**Brief:** Exactly as written, copy the lines that run from the start of the data below to the line containing "#127=IFCPRODUCTDEFINITIONSHAPE($,$,(#126));", both ends included.

*** Data supplied ***

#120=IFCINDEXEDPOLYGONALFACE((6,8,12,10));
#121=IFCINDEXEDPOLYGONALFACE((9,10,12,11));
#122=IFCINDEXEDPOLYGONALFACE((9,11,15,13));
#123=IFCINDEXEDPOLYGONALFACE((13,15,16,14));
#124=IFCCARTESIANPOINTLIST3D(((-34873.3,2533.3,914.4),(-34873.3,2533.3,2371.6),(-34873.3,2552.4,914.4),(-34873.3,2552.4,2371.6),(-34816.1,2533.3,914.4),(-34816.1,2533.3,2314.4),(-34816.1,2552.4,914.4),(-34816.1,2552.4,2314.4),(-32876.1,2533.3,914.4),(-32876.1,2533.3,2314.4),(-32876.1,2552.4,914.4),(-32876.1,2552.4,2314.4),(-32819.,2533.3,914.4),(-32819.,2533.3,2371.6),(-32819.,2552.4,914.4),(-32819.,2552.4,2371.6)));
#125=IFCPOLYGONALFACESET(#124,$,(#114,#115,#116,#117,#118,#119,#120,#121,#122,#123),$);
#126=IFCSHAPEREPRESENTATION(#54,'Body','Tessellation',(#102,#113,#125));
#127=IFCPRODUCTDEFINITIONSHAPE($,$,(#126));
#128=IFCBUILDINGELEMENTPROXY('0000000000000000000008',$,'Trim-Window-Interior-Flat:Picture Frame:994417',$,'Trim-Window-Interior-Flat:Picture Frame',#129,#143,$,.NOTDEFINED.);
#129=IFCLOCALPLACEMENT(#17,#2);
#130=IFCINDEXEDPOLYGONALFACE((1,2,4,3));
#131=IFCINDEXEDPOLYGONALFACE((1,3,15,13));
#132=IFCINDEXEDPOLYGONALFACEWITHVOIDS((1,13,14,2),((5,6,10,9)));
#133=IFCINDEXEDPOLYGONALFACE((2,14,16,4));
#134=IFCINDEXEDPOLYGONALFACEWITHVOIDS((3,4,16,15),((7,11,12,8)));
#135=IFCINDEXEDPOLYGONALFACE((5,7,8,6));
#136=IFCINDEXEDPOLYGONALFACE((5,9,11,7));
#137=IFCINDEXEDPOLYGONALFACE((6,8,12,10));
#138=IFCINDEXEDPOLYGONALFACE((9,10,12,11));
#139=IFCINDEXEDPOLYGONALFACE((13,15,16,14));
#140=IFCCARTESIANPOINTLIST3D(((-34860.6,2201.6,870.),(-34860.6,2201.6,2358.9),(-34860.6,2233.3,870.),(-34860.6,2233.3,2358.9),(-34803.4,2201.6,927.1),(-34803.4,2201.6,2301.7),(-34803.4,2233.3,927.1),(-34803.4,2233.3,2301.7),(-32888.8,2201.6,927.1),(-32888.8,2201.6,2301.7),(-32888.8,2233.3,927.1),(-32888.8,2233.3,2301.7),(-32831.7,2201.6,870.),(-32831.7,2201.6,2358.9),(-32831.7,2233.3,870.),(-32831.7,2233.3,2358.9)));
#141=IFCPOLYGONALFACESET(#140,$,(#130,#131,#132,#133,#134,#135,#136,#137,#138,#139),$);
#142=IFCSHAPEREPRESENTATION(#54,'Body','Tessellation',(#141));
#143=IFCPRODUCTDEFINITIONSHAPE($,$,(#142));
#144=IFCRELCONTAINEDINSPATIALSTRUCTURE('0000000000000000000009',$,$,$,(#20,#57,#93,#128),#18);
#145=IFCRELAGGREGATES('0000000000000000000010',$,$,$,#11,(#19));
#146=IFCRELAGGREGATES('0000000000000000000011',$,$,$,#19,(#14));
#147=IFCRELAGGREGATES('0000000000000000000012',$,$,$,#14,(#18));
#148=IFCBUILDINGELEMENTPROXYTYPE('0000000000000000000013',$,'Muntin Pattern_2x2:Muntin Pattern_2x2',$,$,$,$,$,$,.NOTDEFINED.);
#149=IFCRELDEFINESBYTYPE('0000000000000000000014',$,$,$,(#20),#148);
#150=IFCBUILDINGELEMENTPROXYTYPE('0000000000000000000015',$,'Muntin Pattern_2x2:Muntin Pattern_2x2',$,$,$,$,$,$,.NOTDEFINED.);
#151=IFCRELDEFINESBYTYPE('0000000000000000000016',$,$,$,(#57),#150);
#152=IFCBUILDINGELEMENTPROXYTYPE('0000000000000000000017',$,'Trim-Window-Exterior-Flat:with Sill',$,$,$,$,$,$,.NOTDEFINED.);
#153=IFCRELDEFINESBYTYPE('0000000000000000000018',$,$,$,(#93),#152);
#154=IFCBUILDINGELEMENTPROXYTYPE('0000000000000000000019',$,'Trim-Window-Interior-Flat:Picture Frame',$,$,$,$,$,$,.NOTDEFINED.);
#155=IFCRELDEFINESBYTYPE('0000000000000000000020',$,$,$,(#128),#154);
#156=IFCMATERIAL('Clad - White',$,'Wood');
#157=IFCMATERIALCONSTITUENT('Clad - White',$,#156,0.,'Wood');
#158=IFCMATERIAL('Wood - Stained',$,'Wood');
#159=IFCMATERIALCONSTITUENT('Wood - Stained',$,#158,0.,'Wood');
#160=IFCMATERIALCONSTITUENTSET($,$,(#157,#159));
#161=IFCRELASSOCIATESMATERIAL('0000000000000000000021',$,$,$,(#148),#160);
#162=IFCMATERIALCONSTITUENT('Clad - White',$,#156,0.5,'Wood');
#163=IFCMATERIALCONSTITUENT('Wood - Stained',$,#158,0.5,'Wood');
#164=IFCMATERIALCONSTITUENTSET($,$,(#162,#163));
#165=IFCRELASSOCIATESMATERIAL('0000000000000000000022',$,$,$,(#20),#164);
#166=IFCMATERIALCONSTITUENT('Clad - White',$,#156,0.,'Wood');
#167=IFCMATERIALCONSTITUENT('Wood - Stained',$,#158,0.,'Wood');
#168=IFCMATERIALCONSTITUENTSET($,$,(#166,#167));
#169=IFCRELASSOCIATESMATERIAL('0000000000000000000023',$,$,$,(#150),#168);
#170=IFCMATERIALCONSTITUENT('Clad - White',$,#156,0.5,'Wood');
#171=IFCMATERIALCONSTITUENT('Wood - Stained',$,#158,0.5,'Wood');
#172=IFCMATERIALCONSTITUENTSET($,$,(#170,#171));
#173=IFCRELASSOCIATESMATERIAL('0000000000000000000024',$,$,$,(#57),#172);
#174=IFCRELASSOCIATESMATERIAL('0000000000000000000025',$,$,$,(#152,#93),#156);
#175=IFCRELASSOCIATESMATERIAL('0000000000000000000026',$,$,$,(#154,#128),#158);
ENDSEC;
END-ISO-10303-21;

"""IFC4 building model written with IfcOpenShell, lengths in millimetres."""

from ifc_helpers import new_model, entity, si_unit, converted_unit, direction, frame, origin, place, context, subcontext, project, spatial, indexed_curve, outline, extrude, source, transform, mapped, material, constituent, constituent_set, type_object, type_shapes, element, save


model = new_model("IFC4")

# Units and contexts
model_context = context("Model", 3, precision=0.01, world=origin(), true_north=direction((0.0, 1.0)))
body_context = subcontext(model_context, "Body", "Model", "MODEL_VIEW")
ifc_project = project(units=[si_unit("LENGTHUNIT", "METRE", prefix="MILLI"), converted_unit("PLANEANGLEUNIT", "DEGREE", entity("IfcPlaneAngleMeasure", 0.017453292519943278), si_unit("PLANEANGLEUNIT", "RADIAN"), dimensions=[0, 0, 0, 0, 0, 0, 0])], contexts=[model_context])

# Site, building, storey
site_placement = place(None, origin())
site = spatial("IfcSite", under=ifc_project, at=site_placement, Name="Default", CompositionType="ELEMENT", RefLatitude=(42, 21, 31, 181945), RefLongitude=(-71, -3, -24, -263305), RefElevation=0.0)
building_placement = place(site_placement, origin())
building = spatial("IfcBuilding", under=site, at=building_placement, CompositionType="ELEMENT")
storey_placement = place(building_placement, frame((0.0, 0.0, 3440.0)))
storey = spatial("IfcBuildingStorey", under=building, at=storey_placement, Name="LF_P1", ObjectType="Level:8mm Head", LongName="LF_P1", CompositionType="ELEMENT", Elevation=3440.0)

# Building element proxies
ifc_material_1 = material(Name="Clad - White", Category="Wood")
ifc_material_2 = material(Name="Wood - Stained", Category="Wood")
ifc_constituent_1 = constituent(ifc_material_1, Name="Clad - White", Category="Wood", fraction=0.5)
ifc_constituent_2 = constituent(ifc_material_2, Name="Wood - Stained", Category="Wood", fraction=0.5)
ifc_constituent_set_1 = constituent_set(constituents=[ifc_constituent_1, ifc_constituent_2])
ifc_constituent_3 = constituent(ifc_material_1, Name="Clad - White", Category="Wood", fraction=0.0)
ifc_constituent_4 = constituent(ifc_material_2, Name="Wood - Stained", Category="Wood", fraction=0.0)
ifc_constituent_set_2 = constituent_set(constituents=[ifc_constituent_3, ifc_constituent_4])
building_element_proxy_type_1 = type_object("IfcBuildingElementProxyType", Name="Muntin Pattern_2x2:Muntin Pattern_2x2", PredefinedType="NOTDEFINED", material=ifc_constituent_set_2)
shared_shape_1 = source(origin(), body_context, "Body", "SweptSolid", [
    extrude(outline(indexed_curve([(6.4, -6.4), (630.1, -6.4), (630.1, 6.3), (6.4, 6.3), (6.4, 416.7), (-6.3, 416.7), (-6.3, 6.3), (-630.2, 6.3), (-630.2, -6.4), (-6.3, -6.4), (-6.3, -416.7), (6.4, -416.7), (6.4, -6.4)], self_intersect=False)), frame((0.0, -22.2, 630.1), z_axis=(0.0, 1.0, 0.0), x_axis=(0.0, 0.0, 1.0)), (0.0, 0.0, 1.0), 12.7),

*** End of Data supplied ***

**Written answer:**
#120=IFCINDEXEDPOLYGONALFACE((6,8,12,10));
#121=IFCINDEXEDPOLYGONALFACE((9,10,12,11));
#122=IFCINDEXEDPOLYGONALFACE((9,11,15,13));
#123=IFCINDEXEDPOLYGONALFACE((13,15,16,14));
#124=IFCCARTESIANPOINTLIST3D(((-34873.3,2533.3,914.4),(-34873.3,2533.3,2371.6),(-34873.3,2552.4,914.4),(-34873.3,2552.4,2371.6),(-34816.1,2533.3,914.4),(-34816.1,2533.3,2314.4),(-34816.1,2552.4,914.4),(-34816.1,2552.4,2314.4),(-32876.1,2533.3,914.4),(-32876.1,2533.3,2314.4),(-32876.1,2552.4,914.4),(-32876.1,2552.4,2314.4),(-32819.,2533.3,914.4),(-32819.,2533.3,2371.6),(-32819.,2552.4,914.4),(-32819.,2552.4,2371.6)));
#125=IFCPOLYGONALFACESET(#124,$,(#114,#115,#116,#117,#118,#119,#120,#121,#122,#123),$);
#126=IFCSHAPEREPRESENTATION(#54,'Body','Tessellation',(#102,#113,#125));
#127=IFCPRODUCTDEFINITIONSHAPE($,$,(#126));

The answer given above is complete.